Figure 4 Number of events per hazard type and year with the (a) event definition with POT and (b) event definition with HC, for events defined by the 90th percentile (see Sect. 2.2).

5.1 Combination of hazard types

Before analyzing clustering of single hazard types and their combinations, we here explain how the different hazard types are combined. Single hazard types include pluvial flood (PF), mixed flood (MF), fluvial flood (FF), large-scale storm (LS), convective gust (CG), and hail (H). We refer to the combinations between events of different hazard types by abbreviations that combine those of the single hazard types. Therefore, a combination of pluvial floods, convective gusts, and hail, for example, is referred to as PF-CG-H. All combinations between the three flood hazards and the two storm hazards as well as hail are performed. Within the storm and flood hazard types, no combinations are analyzed, since the goal is to investigate the combination of different hazard types.

When events of different hazard types are combined, they again need to be declustered to avoid artificial clustering of events from the same meteorological driver (see Sect. 2.2 for declustering of single hazard types). We perform the following procedure: first, overlaps of events are identified, where only the event with the highest losses is kept. Of the deleted events, however, the type, insured losses, and number of claims are added to the maximum loss event. Keeping all hazard types is important since, thereby, both hazard types can potentially lead to the clustering of multiple hazard types (e.g., if a hail event and convective gust event occur on the same day and another convective gust event occurs within the clustering window, this is defined as a combined cluster of hail and convective gusts only because both types are retained).

5.2 Cluster identification: counting

Figure 5 shows the resulting cluster periods for (a) single and (b) combined extremes for clustering window w=21 and events identified with POT. Clustering is analyzed on the timescale of 21 d since this is a common window for clustering analyses in the field of hydrology and includes hydrologically relevant durations.

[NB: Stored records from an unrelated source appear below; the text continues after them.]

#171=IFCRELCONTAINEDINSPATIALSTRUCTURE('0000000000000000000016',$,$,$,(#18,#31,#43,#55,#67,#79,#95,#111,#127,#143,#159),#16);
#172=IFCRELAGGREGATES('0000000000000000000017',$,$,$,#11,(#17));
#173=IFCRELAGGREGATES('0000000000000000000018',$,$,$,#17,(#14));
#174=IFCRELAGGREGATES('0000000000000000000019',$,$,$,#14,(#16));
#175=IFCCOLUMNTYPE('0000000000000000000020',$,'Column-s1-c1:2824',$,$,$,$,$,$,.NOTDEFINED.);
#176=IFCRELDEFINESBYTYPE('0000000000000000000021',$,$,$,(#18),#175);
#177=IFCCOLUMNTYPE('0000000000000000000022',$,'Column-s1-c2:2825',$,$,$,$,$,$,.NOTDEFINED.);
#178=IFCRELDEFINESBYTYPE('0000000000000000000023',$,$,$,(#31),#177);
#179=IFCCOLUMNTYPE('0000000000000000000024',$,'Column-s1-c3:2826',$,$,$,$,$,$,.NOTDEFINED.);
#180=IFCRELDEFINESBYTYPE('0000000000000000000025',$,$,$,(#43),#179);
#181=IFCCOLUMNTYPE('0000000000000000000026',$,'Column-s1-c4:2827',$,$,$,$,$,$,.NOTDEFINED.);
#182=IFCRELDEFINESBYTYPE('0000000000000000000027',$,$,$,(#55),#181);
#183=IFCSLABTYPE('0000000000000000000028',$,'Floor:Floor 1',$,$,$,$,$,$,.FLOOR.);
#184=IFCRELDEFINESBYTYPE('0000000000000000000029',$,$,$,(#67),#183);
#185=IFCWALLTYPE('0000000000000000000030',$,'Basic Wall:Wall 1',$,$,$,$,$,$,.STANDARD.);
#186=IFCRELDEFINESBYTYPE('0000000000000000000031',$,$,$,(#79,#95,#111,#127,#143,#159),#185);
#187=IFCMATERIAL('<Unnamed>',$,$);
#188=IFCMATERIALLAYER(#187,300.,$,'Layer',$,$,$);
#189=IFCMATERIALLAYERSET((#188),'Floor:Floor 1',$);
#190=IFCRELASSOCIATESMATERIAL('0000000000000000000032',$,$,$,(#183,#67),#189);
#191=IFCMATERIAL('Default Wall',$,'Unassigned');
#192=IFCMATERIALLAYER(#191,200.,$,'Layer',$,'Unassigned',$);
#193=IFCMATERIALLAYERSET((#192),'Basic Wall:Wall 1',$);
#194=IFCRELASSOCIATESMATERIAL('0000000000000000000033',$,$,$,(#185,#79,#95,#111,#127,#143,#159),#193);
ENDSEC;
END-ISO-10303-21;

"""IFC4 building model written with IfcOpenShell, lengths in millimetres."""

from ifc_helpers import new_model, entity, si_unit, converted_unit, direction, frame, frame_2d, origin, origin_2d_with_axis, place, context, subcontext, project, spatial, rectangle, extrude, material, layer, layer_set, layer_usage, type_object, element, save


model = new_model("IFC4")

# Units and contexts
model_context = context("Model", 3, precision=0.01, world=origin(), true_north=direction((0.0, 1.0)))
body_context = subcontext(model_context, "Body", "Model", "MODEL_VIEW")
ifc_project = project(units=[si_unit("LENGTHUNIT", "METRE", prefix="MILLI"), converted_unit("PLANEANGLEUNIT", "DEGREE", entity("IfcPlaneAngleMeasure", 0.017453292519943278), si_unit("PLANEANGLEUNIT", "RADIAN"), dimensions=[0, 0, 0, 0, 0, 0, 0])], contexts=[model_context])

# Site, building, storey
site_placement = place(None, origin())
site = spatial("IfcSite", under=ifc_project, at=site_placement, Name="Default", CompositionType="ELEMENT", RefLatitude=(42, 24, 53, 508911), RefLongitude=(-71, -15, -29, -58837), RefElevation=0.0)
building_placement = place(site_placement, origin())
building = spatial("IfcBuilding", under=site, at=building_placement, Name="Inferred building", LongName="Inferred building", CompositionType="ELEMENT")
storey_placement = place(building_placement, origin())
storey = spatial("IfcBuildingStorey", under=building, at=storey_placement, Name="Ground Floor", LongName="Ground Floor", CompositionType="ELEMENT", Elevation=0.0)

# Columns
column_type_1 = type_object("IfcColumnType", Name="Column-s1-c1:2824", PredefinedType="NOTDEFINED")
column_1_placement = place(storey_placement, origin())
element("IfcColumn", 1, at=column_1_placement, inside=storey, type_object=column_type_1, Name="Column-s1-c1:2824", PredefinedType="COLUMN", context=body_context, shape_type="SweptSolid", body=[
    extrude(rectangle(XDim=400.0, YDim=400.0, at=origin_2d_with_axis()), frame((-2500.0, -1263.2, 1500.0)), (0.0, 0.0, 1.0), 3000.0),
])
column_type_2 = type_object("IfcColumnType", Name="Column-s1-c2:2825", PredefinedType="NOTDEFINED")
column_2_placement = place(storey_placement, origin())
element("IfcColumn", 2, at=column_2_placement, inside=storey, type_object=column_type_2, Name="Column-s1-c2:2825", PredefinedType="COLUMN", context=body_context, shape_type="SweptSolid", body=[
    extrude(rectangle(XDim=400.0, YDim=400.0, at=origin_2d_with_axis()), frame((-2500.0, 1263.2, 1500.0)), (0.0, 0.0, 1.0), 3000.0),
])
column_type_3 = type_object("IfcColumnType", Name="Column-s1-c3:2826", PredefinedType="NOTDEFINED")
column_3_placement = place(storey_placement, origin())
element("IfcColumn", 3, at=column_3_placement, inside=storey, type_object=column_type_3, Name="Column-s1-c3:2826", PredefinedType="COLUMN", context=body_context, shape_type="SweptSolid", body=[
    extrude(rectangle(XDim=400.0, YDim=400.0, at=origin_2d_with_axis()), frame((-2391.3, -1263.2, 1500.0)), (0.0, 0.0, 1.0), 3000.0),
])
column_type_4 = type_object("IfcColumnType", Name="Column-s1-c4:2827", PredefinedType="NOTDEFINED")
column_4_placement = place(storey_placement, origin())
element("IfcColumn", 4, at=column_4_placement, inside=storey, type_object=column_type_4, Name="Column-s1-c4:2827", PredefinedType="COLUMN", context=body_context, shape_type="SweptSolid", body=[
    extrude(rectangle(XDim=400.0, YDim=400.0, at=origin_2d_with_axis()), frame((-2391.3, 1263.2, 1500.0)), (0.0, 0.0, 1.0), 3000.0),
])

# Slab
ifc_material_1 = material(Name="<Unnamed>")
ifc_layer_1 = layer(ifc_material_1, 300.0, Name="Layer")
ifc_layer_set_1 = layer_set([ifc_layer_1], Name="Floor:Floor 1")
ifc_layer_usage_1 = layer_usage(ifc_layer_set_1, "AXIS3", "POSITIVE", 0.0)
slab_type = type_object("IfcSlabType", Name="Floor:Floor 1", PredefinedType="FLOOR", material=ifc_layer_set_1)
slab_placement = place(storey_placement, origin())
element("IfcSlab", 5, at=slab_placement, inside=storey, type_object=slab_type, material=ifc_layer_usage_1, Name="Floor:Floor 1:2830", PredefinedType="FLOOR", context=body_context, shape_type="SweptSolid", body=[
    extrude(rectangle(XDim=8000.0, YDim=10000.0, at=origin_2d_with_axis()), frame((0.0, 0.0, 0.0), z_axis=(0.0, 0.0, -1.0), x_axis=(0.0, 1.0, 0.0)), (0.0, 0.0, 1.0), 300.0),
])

It furthermore is the longest time period of event identification with HC that we are aware of (see Sect. 2.2.2). It is evident that most clusters occur during MJJA, consistent with the seasonal distribution of the events (see also Fig. 3). These are mainly clusters of multiple hazard types, with the most damaging combination being PF-CG-H, followed by PF-H. This means that the most damaging clusters consist of three hazard types which are registered separately by the insurance company. In winter (DJF), we see a much lower number of clustered events. Predominant in this season are clusters of large-scale storms and FF-LS, which also aligns with the seasonal cycle of these hazard types.

Figure 5 Cluster start by the day of the year (x axis) plotted against the corresponding years (y axis), identified by the counting method with a clustering window w of 21 d for (a) single and (b) combined hazard types (p90, POT method). The size of the circles relates to the loss corresponding to each cluster (normalized).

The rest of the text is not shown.